Кроме Насти, под родительским кровом жил еще, как сказано, Андрюша, мальчишечка лет четырех, самый младший член Никитиной семьи. Светлокудрый Андрюша представлял собою существо до того незлобивое, до того кроткое, доброе и милое, существо до того ярко и резко выступавшее из всего окружающего, злого и грубого, что кумушки пророчествовали хором: «этот парнюга не жилец на белом свете».

— Такие ребятишки, матушка ты моя, николи не живут подолгу! — говорила старуха-нищая, жившая рядом с столяром. — Царствие их не здешнее: уж оченно сердцем-то они кротки!..

Андрюша действительно до того был незлобив и кроток сердцем, что не таскал даже за хвост Машку, а Машку, должно заметить, таскало за хвост решительно все подраставшее Никитино поколение. До того Андрюша был ласков, что даже черствое сердце столяра, не доступное никаким вообще нежным чувствованиям, смягчалось, — и Никита щелкал Андрюшу менее прочих детей, игрывал даже с ним под веселый час; для Андрюши у Никиты находились и доброе слово привета, и ласка, и страшная сказка, и смешная прибаутка. Отец добродушно звал своего любимца «куморкой». В этом странно звучащем слове сказывались отцовская любовь и нежность…

— Андрюха! Ты меня любишь? — спрашивал, подвыпивши, столяр у сына, ползавшего у него в ногах.

— Юбью! — ответствовал сын. — А дай Дюхе съюжек… шло бойьше юбить стану.

Столяр ухмыляется, берет горсть стружек с своего станка и бросает их Андрюше.

— Ну, куморка! Покажи-ка теперь; как ты любишь тятьку!.. — возглашал отец.

— Во как… во… — пищит сынишка и, обнявши ногу отца, жмет ее изо всех сил, кряхтит и кашляет…

— Ну, ладно! Умная ты у меня голова… — говорит Никита, и задумчивая улыбка пробегает по его губам, когда он смотрит на раскрасневшееся личико Андрюши.

— И ты голова… — шепчет Андрюша, забавляясь стружками.

Так благодушествуют отец с сыном, но не часто они благодушествуют…

Кроме «не жильца на белом свете», господь наделил Никиту еще двумя сыновьями, которые в начале моего рассказа жили уже «на местах» — и со стороны кумушек, в противонадежность Андрюшке, пользовались репутацией существ вполне земных.

Старший, Алешка, малый лет шестнадцати, был отдан сапожнику-куму в ученье. Кум-сапожник не раз, между прочим, принимался объяснять Алешке и сотоварищам его ту истину, что если они будут хороши, то и им будет хорошо. Положение в сущности немного сбивчивое, но сапожнику представлявшееся, очевидно, весьма ясным и удобопонятным.
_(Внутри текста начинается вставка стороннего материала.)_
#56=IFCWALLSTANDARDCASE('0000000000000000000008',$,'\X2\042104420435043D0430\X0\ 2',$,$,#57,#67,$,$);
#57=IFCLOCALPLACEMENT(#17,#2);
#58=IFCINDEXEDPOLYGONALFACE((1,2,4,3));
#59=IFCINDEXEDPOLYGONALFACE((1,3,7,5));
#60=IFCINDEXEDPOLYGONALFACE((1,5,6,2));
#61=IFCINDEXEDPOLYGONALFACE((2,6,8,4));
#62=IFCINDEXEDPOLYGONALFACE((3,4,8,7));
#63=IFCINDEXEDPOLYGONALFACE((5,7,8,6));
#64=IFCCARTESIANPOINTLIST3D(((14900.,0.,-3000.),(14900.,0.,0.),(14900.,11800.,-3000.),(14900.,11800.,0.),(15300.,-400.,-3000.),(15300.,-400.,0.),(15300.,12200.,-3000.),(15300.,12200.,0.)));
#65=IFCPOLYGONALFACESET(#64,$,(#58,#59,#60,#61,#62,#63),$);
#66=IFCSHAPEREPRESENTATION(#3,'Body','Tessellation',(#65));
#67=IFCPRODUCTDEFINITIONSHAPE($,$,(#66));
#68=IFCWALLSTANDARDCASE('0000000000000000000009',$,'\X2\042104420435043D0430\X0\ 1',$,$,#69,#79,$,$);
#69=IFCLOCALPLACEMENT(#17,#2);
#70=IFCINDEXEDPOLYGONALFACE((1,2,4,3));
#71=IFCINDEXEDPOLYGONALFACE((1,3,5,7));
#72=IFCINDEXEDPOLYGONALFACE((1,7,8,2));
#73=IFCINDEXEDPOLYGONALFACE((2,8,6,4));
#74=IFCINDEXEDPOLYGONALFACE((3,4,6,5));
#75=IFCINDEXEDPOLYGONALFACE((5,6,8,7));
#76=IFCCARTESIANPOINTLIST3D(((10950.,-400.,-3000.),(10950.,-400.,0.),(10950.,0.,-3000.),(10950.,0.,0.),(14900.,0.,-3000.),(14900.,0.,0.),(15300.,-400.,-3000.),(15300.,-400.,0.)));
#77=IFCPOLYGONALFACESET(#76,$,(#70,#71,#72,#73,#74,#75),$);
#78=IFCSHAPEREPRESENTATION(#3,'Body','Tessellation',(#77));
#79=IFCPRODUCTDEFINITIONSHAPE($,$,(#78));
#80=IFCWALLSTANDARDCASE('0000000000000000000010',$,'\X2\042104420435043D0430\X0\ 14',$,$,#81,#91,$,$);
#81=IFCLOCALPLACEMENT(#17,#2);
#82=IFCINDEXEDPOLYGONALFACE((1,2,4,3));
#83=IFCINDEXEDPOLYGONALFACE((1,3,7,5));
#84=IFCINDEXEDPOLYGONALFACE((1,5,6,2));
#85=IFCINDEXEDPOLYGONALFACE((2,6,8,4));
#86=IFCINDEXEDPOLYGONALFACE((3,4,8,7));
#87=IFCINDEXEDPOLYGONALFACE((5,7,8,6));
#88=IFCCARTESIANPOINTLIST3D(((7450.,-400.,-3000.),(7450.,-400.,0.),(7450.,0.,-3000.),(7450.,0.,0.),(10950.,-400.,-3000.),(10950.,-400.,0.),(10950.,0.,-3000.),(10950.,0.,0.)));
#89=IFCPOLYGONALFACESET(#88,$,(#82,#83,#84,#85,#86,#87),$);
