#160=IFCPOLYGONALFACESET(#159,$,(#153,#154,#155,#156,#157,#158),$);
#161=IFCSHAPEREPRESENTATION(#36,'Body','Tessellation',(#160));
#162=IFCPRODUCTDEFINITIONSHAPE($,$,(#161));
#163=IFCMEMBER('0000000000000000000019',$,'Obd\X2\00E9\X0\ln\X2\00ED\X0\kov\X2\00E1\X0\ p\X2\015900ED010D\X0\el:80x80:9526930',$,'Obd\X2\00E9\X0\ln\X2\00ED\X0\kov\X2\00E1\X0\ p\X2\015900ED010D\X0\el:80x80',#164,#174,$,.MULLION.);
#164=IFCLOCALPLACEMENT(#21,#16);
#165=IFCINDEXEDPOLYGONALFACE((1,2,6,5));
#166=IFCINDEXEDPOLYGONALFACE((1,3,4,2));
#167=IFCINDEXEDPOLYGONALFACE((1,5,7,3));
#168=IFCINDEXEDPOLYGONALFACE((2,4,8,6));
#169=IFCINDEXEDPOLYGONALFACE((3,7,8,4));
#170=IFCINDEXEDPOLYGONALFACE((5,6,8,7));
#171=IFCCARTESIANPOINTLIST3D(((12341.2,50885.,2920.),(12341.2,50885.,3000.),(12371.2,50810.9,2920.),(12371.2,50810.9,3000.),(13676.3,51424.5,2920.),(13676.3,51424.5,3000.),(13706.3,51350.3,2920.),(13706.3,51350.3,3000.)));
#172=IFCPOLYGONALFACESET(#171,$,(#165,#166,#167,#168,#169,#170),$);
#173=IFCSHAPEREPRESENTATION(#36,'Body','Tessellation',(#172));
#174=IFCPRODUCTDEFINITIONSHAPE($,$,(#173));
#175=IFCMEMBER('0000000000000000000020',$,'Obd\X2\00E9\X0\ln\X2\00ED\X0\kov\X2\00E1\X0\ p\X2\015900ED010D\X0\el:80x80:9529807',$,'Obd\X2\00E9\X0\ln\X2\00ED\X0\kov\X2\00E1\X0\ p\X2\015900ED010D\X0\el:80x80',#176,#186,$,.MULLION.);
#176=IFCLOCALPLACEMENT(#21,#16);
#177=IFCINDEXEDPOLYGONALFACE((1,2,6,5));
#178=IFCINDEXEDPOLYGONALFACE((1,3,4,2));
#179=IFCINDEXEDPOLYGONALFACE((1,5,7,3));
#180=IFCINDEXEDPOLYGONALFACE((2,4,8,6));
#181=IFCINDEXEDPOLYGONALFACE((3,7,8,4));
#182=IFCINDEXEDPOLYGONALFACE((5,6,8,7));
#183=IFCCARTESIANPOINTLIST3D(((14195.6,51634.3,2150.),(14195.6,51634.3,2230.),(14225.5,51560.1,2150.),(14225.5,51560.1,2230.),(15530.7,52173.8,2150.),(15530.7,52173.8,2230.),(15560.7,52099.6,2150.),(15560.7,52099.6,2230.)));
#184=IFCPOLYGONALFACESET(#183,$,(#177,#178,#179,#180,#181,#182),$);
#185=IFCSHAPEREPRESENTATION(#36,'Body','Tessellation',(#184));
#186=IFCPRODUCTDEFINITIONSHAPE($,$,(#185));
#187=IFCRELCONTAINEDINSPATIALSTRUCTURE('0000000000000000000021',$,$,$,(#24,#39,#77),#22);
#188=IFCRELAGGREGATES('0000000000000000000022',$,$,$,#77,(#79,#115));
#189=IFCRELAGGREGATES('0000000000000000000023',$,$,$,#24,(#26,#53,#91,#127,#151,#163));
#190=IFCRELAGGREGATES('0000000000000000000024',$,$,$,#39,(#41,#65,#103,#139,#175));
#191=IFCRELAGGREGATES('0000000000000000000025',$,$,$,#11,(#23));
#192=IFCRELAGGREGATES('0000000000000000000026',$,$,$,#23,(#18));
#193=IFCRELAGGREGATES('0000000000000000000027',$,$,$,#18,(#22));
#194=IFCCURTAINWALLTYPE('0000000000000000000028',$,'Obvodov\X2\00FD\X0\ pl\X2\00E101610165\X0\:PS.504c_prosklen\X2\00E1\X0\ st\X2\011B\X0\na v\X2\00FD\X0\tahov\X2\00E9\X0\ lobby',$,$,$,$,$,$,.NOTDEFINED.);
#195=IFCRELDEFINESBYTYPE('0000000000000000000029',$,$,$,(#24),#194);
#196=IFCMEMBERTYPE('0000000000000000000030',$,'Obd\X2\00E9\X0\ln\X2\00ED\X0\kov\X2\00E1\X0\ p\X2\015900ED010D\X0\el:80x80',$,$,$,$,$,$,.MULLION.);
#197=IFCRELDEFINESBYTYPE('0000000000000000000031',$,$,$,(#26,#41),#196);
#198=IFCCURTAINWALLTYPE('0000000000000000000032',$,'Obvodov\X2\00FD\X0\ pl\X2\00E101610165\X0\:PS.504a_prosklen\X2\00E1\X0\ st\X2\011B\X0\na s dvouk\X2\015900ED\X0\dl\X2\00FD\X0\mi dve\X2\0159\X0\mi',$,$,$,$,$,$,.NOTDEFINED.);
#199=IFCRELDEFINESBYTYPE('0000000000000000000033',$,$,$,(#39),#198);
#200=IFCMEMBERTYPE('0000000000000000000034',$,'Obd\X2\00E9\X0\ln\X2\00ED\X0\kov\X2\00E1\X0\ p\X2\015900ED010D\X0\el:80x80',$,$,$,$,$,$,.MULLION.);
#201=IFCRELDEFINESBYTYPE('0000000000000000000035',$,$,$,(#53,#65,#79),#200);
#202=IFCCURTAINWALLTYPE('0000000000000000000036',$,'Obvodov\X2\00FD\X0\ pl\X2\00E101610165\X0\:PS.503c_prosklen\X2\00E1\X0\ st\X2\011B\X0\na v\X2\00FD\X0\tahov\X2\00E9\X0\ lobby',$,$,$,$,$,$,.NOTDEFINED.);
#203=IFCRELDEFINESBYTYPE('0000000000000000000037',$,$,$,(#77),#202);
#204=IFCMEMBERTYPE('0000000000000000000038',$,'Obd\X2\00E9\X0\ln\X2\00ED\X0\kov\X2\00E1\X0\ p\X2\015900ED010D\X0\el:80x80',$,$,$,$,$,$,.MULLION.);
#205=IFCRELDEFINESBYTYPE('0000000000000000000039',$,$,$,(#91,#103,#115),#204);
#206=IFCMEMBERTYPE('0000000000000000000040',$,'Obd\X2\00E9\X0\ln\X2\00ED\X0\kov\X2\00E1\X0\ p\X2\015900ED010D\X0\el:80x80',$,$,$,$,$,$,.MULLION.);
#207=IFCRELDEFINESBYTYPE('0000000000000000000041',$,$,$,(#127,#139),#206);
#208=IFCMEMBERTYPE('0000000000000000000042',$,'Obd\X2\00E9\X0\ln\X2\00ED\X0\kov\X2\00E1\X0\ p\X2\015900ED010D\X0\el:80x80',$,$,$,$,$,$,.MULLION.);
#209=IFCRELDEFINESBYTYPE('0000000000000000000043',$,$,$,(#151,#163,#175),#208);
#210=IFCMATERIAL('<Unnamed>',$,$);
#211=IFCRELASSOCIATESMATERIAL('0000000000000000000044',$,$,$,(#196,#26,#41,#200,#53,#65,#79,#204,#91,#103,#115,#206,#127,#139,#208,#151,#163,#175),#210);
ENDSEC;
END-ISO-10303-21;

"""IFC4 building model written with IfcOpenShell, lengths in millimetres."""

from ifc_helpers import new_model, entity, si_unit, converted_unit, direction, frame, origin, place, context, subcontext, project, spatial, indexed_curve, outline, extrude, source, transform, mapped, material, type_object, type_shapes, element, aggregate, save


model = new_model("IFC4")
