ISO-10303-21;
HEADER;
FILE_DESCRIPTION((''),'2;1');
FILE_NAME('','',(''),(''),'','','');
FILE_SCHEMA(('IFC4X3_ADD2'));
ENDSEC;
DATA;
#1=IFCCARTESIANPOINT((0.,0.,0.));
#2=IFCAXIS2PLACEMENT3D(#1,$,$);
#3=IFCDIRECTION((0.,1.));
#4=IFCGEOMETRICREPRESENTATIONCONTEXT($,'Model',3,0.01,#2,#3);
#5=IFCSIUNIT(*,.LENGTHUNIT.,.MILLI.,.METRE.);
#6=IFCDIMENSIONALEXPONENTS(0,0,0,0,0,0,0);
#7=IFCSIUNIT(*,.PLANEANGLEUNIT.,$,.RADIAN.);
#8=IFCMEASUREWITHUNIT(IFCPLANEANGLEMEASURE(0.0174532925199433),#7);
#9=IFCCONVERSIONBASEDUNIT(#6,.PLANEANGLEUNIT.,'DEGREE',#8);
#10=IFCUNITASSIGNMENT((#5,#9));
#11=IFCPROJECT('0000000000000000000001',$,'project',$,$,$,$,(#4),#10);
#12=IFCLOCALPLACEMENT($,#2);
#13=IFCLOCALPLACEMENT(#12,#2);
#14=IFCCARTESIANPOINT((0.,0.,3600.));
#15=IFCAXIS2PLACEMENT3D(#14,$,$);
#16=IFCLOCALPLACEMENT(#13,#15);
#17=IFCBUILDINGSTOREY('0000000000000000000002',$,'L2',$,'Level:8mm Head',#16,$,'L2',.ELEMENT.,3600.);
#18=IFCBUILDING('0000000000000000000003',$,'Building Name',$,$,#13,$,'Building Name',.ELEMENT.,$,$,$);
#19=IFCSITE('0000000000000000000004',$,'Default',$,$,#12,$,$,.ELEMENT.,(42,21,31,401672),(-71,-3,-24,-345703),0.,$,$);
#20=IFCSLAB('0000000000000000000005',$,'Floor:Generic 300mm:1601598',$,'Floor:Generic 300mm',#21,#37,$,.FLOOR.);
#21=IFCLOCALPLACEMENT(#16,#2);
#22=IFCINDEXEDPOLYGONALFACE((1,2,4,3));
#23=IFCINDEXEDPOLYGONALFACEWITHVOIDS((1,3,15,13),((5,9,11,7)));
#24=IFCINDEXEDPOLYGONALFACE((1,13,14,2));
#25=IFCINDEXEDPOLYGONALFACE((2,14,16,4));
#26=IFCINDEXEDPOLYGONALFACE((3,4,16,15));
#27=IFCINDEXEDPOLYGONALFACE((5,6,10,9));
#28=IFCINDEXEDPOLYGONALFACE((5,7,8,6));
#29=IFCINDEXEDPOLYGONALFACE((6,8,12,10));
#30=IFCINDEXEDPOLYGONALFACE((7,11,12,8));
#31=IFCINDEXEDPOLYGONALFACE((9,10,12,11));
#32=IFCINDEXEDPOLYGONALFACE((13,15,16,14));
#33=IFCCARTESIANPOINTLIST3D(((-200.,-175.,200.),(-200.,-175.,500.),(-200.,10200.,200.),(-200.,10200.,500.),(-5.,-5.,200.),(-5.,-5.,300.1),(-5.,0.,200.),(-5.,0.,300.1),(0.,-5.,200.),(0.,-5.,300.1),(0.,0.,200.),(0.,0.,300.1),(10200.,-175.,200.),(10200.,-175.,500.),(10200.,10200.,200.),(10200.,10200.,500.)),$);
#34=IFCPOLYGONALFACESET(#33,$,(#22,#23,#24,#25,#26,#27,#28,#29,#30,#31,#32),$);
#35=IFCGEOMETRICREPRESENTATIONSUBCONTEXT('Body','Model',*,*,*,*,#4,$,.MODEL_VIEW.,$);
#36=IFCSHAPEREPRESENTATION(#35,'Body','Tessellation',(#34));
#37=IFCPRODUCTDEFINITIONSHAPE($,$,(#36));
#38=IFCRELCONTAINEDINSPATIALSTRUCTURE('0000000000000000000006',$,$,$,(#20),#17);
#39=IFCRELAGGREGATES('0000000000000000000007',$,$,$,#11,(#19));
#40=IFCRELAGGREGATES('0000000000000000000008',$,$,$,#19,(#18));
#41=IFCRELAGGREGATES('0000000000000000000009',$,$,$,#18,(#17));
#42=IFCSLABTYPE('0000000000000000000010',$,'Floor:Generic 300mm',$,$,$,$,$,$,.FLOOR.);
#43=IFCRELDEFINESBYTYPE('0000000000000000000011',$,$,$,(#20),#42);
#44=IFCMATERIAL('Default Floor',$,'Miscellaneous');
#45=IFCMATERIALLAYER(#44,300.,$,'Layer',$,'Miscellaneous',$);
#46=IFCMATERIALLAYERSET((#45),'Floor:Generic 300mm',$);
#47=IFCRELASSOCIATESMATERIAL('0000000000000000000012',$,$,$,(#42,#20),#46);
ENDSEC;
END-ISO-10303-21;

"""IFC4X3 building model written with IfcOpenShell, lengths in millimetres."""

from ifc_helpers import new_model, entity, si_unit, converted_unit, direction, frame, frame_2d, origin, place, context, subcontext, project, spatial, rectangle, extrude, material, layer, layer_set, layer_usage, type_object, element, save


model = new_model("IFC4X3")

# Units and contexts
model_context = context("Model", 3, precision=0.01, world=origin(), true_north=direction((0.0, 1.0)))
body_context = subcontext(model_context, "Body", "Model", "MODEL_VIEW")
ifc_project = project(units=[si_unit("LENGTHUNIT", "METRE", prefix="MILLI"), converted_unit("PLANEANGLEUNIT", "DEGREE", entity("IfcPlaneAngleMeasure", 0.0174532925199433), si_unit("PLANEANGLEUNIT", "RADIAN"), dimensions=[0, 0, 0, 0, 0, 0, 0])], contexts=[model_context])

# Site, building, storey
site_placement = place(None, origin())
site = spatial("IfcSite", under=ifc_project, at=site_placement, Name="Default", CompositionType="ELEMENT", RefLatitude=(42, 21, 31, 401672), RefLongitude=(-71, -3, -24, -345703), RefElevation=0.0)
building_placement = place(site_placement, origin())
building = spatial("IfcBuilding", under=site, at=building_placement, Name="Building Name", LongName="Building Name", CompositionType="ELEMENT")
storey_placement = place(building_placement, frame((0.0, 0.0, 3600.0)))
storey = spatial("IfcBuildingStorey", under=building, at=storey_placement, Name="L2", ObjectType="Level:8mm Head", LongName="L2", CompositionType="ELEMENT", Elevation=3600.0)

# Slab, opening
ifc_material = material(Name="Default Floor", Category="Miscellaneous")
ifc_layer = layer(ifc_material, 300.0, Name="Layer", Category="Miscellaneous")
ifc_layer_set = layer_set([ifc_layer], Name="Floor:Generic 300mm")
ifc_layer_usage = layer_usage(ifc_layer_set, "AXIS3", "POSITIVE", 0.0)
slab_type = type_object("IfcSlabType", Name="Floor:Generic 300mm", PredefinedType="FLOOR", material=ifc_layer_set)
slab_placement = place(storey_placement, origin())
slab = element("IfcSlab", 1, at=slab_placement, inside=storey, type_object=slab_type, material=ifc_layer_usage, Name="Floor:Generic 300mm:1601598", ObjectType="Floor:Generic 300mm", PredefinedType="FLOOR", context=body_context, shape_type="SweptSolid", body=[
    extrude(rectangle(XDim=10375.0, YDim=10400.0, at=frame_2d((0.0, 0.0), x_axis=(1.0, 0.0))), frame((5000.0, 5012.5, 500.0), z_axis=(0.0, 0.0, -1.0), x_axis=(0.0, 1.0, 0.0)), (0.0, 0.0, 1.0), 300.0),
])
opening_placement = place(slab_placement, origin())
element("IfcOpeningElement", 2, at=opening_placement, cuts=slab, context=model_context, shape_type="SweptSolid", body=[
    extrude(rectangle(XDim=5.0, YDim=5.0, at=frame_2d((-2.5, -2.5))), frame((0.0, 0.0, -0.1)), (0.0, 0.0, 1.0), 300.2),
])

save(model, "model.ifc")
Сбивчивые правила отвлеченной философии нередко получали вещественную поддержку в образе кулака и розги… Из того, что сапожник ежедневно молился богу, крепко стукаясь об пол лбом, мальчишки увидали, что каждое утро и каждый вечер следует молиться богу, то есть стукаться перед образами об пол лбом; из того, что сапожник часто напивался допьяна, напившись, пел и шумел, — мальчишки вывели то заключение, что напиваться, должно быть, очень приятно, а нравоучения, но причине их сухости, пропускали мимо ушей… На Алешке, как и на его товарищах, подтвердилась еще раз избитая истина, гласящая: будто бы пример заразительнее всяких, самых красноречивых нравоучений даже и в таком случае, когда последние поддерживаются авторитетом палки или кулака. Алешка возлюбил водку; из-за нее он безбоязненно прокучивал хозяйский товар, инструменты, сапожные обноски и безбоязненно же шел за то под побои и затрещины. Порядочный молодец выходил из Алешки в школе кума-философа; недаром кумушки окрестили его прозвищем «отпетого» — прозвищем, от которого так уж и веяло острогом, кандалами, каторгой.

Младший брат, Степка, мальчуган лет девяти, служил на побегушках в мелочной лавочке дяди Сидора. Сидор Панкратьев, родной брат Катерины Степановны, слыл за человека глубоко нравственного, воздержного и пользовался уважением людей благомыслящих; на самом же деле дядя Сидор был только скуп, и только скупости своей он был обязан своею внешнею добропорядочностию и воздержностью. Он не прочь бы был и покутить и поразвратничать — на чужой счет, да втихомолку. Это просто был наглухо, ловко замаскированный плут и мошенник, человек практический — в самом гнусном значении этого слова… Дядя Сидор, как хозяин строгий, парнишкам воли не давал и так больно бил их аршином, что мальчишки его выглядели образцами кротости и смирения и обещали сделаться впоследствии прототипами своего славного хозяина, то есть такими же, как он, ползающими тварями, бессердечными ханжами и лицемерами.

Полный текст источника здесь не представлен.